### Material provided
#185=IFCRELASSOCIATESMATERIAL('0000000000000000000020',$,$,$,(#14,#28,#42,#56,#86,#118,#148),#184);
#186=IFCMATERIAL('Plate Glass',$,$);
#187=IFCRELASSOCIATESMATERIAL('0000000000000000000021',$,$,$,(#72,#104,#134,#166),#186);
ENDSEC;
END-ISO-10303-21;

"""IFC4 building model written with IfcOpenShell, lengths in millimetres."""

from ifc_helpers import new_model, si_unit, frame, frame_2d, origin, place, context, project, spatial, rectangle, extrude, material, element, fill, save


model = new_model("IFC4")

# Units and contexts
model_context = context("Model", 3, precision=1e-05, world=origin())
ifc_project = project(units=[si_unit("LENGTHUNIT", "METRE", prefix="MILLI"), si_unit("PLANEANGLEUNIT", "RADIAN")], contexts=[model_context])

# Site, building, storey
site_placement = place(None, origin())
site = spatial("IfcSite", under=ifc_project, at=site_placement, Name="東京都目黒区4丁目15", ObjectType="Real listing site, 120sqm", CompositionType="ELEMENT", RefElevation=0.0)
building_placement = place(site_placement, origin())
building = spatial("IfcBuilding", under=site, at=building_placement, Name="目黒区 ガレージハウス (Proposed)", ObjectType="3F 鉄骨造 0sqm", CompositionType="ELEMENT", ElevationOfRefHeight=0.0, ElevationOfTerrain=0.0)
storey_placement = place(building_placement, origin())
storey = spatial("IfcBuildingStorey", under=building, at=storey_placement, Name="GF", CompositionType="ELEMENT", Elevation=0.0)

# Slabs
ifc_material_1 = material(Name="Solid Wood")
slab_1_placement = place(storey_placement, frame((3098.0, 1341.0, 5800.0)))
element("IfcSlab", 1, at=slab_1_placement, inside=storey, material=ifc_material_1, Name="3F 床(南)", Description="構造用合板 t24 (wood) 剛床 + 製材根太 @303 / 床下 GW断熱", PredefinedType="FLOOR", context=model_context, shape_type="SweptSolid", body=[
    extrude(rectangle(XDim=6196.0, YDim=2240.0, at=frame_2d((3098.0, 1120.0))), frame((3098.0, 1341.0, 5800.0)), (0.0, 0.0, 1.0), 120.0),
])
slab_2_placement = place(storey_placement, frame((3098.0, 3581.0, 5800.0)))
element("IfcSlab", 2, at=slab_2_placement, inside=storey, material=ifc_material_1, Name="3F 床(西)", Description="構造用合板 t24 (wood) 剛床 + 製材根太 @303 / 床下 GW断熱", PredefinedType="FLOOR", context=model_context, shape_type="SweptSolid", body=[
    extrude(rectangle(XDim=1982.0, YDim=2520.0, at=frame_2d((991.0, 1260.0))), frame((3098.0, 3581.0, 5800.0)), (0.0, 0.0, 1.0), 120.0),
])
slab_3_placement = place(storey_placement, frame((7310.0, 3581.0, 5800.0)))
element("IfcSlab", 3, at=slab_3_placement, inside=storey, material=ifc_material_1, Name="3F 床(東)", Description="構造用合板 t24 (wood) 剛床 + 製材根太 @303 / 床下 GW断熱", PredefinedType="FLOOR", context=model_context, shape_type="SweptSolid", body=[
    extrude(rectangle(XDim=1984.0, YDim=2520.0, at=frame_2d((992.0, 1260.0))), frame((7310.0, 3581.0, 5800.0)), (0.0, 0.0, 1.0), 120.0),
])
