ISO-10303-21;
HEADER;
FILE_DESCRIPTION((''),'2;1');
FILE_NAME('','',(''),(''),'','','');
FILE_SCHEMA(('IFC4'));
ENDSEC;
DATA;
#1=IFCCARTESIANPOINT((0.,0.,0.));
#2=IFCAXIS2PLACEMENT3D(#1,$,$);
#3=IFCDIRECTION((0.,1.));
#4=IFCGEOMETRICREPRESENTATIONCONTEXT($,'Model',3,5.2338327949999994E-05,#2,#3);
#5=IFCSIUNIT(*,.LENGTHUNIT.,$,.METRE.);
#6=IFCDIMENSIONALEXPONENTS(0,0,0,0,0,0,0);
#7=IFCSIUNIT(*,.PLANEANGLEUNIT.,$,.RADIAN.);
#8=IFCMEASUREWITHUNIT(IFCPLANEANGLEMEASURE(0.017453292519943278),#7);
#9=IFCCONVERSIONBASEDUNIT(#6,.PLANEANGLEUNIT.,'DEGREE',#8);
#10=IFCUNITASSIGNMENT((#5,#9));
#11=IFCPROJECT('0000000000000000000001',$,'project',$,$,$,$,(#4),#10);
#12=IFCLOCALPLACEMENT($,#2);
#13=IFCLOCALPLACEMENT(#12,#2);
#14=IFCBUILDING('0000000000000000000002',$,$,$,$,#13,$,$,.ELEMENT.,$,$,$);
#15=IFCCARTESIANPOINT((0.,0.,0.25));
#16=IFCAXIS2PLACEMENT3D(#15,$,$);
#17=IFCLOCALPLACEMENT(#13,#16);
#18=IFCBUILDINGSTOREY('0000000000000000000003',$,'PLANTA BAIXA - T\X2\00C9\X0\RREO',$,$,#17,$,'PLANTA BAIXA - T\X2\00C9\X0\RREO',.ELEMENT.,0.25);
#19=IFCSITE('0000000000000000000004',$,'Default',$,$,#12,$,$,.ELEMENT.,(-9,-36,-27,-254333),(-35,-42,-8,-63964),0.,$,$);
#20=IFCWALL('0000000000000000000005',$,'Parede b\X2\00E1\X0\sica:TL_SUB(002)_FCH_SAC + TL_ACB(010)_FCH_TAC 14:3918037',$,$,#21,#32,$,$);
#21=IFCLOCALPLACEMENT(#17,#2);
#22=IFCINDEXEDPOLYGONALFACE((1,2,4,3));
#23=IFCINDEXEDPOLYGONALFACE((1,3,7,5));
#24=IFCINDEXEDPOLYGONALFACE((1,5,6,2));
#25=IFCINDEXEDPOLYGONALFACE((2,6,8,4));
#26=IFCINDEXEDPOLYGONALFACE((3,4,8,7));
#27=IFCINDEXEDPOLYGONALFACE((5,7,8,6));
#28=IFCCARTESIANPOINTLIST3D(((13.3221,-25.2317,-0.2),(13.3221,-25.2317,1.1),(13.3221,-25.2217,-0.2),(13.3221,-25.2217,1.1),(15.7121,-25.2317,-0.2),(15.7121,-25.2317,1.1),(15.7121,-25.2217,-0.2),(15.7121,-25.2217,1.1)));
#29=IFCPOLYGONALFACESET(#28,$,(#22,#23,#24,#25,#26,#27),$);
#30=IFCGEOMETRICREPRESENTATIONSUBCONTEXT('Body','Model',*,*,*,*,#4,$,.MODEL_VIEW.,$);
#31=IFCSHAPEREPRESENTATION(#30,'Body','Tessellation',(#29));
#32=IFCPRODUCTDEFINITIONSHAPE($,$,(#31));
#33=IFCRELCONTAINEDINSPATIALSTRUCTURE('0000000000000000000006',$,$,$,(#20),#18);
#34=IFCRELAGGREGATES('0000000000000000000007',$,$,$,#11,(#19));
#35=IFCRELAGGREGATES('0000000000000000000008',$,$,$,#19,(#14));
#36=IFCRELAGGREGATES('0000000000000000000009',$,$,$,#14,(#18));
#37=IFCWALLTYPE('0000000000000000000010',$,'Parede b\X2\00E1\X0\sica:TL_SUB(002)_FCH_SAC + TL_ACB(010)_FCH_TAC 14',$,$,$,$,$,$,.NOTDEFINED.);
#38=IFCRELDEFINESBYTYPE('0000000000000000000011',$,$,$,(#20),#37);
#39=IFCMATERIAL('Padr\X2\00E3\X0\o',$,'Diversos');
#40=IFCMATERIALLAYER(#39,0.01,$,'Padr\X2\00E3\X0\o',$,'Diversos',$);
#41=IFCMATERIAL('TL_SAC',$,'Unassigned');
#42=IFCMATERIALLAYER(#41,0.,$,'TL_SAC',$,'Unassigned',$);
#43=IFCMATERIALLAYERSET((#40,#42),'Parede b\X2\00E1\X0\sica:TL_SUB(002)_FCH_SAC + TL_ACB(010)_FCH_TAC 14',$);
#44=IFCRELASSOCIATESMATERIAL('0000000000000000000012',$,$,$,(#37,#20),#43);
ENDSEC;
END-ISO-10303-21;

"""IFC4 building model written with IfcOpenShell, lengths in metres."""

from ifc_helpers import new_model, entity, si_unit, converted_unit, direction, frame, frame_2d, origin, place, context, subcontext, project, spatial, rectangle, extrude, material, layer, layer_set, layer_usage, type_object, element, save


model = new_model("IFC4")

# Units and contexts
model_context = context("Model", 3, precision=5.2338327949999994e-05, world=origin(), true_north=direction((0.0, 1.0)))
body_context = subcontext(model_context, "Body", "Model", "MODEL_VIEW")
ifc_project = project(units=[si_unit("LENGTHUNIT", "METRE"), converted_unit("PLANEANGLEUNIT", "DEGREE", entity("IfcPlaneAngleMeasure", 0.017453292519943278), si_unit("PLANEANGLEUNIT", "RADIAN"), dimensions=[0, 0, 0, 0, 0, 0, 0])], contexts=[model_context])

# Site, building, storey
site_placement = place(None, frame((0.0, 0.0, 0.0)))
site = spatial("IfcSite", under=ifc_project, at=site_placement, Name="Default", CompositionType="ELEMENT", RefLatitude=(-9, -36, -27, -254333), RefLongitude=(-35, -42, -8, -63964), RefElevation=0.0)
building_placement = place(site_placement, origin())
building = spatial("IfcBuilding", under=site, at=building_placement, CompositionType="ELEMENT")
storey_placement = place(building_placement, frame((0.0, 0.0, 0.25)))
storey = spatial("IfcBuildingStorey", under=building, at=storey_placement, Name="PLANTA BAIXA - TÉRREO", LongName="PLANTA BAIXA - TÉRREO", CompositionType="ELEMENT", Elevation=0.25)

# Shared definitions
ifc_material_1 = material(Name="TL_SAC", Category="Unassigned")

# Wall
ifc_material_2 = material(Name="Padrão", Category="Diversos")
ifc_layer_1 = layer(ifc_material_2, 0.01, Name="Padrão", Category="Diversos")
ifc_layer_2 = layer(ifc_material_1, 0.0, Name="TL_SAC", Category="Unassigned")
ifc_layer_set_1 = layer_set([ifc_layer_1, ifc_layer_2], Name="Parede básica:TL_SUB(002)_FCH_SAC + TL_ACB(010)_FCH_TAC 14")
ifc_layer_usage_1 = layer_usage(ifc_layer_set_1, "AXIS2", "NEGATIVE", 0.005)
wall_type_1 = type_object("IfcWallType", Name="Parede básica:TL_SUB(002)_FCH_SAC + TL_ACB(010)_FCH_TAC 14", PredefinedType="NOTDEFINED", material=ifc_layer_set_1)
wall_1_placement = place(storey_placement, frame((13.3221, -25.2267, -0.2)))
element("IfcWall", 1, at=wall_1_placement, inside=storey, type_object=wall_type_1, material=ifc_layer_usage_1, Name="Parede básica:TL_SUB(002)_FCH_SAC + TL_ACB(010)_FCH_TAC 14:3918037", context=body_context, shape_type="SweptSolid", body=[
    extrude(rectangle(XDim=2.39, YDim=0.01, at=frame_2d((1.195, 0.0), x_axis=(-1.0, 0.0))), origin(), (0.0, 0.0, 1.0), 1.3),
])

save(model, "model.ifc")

---

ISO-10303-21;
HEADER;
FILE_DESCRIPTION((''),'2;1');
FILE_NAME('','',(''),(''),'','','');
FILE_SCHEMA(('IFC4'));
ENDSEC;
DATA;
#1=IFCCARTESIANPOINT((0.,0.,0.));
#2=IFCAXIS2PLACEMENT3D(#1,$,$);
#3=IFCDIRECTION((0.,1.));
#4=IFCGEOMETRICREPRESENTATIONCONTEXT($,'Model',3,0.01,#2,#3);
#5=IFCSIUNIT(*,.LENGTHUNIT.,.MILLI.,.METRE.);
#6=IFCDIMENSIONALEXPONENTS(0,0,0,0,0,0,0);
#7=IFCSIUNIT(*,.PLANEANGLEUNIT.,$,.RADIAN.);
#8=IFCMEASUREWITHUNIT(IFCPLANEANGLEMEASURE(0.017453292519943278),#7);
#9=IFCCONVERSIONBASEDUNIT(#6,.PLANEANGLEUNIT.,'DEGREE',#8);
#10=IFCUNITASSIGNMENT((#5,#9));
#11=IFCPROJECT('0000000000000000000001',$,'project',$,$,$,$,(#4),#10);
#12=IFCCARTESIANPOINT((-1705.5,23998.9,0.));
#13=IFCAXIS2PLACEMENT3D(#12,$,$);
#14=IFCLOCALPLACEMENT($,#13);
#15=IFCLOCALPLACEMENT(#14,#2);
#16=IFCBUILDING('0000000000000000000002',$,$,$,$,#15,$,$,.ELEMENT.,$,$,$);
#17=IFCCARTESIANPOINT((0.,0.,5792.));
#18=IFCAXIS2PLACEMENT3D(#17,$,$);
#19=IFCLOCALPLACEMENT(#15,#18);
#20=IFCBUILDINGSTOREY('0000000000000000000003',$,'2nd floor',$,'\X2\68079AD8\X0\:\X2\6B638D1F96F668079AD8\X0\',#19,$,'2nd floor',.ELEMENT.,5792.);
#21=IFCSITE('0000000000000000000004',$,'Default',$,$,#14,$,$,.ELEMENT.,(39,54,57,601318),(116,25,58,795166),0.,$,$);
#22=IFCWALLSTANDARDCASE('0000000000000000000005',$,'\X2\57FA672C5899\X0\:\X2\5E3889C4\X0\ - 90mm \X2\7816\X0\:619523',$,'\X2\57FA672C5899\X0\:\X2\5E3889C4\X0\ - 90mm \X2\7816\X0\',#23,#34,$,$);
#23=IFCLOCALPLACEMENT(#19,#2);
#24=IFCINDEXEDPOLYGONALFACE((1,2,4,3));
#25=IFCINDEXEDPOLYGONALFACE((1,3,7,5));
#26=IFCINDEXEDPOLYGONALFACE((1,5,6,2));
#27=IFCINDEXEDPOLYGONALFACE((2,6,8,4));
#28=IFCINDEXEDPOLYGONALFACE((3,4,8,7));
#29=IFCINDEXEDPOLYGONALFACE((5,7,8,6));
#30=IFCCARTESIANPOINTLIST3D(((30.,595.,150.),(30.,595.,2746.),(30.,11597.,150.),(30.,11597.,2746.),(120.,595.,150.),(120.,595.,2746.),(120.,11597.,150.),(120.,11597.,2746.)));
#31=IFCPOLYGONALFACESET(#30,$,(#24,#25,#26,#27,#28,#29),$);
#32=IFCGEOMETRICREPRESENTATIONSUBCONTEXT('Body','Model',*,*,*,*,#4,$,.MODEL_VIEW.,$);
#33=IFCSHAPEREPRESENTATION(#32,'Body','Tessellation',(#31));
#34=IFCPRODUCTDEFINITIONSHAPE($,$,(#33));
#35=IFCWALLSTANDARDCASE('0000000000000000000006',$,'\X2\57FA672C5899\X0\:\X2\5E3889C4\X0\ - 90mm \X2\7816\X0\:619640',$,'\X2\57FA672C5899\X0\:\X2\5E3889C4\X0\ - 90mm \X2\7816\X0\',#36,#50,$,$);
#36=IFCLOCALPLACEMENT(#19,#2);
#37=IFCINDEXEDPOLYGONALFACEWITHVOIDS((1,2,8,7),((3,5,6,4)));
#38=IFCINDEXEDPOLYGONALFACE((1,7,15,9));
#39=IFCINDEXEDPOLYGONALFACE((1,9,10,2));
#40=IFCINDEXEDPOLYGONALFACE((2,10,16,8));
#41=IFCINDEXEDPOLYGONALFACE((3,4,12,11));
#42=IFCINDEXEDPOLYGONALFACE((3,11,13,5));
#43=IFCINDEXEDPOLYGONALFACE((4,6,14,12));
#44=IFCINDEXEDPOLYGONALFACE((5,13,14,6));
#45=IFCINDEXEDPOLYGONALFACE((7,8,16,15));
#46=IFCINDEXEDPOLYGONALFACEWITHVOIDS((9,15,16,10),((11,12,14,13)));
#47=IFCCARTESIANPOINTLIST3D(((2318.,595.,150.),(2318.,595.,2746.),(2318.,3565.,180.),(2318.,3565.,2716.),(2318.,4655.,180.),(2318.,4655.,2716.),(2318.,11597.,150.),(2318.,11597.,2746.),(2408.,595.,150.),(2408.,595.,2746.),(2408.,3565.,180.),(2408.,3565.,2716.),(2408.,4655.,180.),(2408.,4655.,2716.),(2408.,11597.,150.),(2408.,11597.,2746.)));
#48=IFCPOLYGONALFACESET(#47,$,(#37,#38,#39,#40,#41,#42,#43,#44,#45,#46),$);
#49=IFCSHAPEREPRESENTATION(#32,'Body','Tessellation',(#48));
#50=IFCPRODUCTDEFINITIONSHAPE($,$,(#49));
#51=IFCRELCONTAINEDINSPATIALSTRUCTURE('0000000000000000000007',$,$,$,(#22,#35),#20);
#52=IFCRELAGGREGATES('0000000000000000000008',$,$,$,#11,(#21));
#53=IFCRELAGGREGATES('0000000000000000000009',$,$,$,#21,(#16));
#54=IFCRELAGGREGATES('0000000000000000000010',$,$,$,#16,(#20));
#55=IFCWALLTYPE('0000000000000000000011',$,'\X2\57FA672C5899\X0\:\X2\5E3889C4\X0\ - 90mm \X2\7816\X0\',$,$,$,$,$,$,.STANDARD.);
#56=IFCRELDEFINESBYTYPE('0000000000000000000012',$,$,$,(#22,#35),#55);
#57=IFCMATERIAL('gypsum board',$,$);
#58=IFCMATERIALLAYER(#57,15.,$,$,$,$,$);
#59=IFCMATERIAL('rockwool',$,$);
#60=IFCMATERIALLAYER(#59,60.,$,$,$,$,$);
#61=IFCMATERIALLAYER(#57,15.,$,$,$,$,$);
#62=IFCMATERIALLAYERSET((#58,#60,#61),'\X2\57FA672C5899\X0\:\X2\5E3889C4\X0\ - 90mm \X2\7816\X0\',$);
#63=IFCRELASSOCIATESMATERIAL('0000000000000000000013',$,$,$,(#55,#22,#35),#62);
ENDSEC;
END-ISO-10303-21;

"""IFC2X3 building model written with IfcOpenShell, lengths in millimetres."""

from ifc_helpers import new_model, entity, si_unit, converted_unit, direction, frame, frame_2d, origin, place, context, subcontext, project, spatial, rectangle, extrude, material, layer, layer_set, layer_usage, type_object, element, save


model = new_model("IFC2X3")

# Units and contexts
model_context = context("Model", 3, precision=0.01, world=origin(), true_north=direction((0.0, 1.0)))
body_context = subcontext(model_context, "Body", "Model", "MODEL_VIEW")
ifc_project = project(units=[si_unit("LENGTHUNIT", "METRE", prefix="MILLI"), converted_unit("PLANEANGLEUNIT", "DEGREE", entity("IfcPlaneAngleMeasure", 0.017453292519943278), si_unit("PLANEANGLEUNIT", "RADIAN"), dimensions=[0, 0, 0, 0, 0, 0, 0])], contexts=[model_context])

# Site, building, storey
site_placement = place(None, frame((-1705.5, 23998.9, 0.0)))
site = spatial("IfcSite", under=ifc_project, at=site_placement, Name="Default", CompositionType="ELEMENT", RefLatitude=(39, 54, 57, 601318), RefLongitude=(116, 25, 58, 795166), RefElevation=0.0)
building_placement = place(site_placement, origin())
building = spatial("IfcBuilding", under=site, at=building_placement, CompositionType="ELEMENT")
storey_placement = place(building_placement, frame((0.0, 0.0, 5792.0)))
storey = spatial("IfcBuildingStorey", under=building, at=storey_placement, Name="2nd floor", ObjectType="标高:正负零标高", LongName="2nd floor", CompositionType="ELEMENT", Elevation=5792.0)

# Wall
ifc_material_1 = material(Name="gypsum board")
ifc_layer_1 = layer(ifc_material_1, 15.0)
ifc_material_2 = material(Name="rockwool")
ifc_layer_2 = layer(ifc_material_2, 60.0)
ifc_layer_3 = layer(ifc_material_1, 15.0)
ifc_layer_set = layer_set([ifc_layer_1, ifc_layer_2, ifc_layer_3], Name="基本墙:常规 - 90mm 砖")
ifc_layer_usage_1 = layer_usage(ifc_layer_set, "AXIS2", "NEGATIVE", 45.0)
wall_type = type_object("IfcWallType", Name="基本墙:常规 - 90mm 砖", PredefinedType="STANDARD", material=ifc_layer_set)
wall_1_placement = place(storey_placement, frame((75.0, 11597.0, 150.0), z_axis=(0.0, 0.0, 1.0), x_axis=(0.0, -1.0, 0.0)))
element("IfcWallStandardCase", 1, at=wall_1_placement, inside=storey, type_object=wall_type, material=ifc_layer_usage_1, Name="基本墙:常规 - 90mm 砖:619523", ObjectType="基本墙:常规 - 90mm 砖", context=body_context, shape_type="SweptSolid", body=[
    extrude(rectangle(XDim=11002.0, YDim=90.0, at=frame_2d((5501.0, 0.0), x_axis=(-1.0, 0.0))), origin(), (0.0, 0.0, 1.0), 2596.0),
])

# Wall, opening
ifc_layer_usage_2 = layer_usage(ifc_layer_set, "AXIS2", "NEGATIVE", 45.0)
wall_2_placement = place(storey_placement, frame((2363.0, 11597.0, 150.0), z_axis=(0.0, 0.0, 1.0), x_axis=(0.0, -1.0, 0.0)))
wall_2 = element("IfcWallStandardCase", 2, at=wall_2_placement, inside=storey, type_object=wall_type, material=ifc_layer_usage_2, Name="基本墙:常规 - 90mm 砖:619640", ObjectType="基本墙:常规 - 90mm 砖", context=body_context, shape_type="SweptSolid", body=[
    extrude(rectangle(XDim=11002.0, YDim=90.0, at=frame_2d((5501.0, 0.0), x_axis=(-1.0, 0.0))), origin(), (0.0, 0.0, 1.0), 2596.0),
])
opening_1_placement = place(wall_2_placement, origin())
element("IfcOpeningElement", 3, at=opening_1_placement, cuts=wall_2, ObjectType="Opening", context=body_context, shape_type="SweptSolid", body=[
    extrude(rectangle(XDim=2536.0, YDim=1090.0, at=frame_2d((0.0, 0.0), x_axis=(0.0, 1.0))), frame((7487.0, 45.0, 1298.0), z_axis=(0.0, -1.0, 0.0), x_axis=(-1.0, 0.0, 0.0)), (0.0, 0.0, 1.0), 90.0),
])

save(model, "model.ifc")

...

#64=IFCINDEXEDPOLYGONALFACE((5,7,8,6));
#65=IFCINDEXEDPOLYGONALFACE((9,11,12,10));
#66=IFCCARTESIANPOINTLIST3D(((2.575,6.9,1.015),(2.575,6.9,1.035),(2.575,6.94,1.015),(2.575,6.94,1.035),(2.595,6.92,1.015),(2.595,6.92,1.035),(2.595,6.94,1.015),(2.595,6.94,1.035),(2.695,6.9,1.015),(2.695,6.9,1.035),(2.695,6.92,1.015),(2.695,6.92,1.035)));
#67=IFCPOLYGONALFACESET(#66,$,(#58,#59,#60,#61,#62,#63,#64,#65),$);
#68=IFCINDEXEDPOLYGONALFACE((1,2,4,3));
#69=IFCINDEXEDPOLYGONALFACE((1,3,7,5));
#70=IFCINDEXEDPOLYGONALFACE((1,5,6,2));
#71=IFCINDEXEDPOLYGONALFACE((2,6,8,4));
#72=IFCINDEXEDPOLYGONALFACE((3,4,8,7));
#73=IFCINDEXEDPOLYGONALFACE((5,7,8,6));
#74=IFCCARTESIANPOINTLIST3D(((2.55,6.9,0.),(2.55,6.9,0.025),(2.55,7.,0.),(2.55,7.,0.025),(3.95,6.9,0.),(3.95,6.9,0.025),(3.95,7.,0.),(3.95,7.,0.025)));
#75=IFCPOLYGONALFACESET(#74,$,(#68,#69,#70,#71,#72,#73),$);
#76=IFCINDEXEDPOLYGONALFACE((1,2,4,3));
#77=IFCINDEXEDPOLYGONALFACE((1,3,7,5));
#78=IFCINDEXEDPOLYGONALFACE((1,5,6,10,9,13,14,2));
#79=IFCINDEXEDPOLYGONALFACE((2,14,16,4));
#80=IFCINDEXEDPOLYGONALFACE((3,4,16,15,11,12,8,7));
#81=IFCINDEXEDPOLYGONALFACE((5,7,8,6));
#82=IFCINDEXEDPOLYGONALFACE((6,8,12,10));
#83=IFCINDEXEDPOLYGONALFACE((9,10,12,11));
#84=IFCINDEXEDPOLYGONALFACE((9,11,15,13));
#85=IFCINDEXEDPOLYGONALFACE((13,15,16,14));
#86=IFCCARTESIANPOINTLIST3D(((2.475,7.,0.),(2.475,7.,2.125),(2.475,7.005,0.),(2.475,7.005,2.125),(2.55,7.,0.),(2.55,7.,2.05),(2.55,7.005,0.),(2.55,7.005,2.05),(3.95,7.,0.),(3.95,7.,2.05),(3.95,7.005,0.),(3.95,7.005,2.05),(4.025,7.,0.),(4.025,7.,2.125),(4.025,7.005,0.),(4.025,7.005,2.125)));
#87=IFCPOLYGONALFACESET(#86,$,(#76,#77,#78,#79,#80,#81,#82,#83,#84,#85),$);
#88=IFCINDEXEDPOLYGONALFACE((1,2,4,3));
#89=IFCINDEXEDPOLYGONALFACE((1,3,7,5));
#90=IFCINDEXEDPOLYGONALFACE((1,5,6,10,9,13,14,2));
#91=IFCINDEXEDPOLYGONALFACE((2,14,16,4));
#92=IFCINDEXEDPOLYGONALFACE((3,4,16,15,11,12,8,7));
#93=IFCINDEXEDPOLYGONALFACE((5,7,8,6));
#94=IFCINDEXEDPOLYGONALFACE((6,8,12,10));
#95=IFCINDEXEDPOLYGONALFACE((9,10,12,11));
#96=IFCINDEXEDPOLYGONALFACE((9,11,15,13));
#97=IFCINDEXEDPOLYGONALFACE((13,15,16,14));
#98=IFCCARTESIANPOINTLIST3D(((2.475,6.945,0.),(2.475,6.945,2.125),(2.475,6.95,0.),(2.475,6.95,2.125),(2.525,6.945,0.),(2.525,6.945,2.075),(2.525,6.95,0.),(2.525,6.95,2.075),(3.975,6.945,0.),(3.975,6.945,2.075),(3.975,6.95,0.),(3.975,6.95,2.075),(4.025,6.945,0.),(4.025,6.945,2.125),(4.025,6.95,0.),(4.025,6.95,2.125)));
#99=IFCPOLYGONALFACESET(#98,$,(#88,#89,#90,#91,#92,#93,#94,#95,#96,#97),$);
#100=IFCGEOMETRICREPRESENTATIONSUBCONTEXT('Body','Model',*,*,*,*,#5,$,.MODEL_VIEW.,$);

### Directions for this task
From the listing above, output exactly the run of lines that starts with the line containing "#36=IFCLOCALPLACEMENT(#19,#2);" and ends with the line containing "#54=IFCRELAGGREGATES('0000000000000000000010',$,$,$,#16,(#20));".

### Solution to the problem
#36=IFCLOCALPLACEMENT(#19,#2);
#37=IFCINDEXEDPOLYGONALFACEWITHVOIDS((1,2,8,7),((3,5,6,4)));
#38=IFCINDEXEDPOLYGONALFACE((1,7,15,9));
#39=IFCINDEXEDPOLYGONALFACE((1,9,10,2));
#40=IFCINDEXEDPOLYGONALFACE((2,10,16,8));
#41=IFCINDEXEDPOLYGONALFACE((3,4,12,11));
#42=IFCINDEXEDPOLYGONALFACE((3,11,13,5));
#43=IFCINDEXEDPOLYGONALFACE((4,6,14,12));
#44=IFCINDEXEDPOLYGONALFACE((5,13,14,6));
#45=IFCINDEXEDPOLYGONALFACE((7,8,16,15));
#46=IFCINDEXEDPOLYGONALFACEWITHVOIDS((9,15,16,10),((11,12,14,13)));
#47=IFCCARTESIANPOINTLIST3D(((2318.,595.,150.),(2318.,595.,2746.),(2318.,3565.,180.),(2318.,3565.,2716.),(2318.,4655.,180.),(2318.,4655.,2716.),(2318.,11597.,150.),(2318.,11597.,2746.),(2408.,595.,150.),(2408.,595.,2746.),(2408.,3565.,180.),(2408.,3565.,2716.),(2408.,4655.,180.),(2408.,4655.,2716.),(2408.,11597.,150.),(2408.,11597.,2746.)));
#48=IFCPOLYGONALFACESET(#47,$,(#37,#38,#39,#40,#41,#42,#43,#44,#45,#46),$);
#49=IFCSHAPEREPRESENTATION(#32,'Body','Tessellation',(#48));
#50=IFCPRODUCTDEFINITIONSHAPE($,$,(#49));
#51=IFCRELCONTAINEDINSPATIALSTRUCTURE('0000000000000000000007',$,$,$,(#22,#35),#20);
#52=IFCRELAGGREGATES('0000000000000000000008',$,$,$,#11,(#21));
#53=IFCRELAGGREGATES('0000000000000000000009',$,$,$,#21,(#16));
#54=IFCRELAGGREGATES('0000000000000000000010',$,$,$,#16,(#20));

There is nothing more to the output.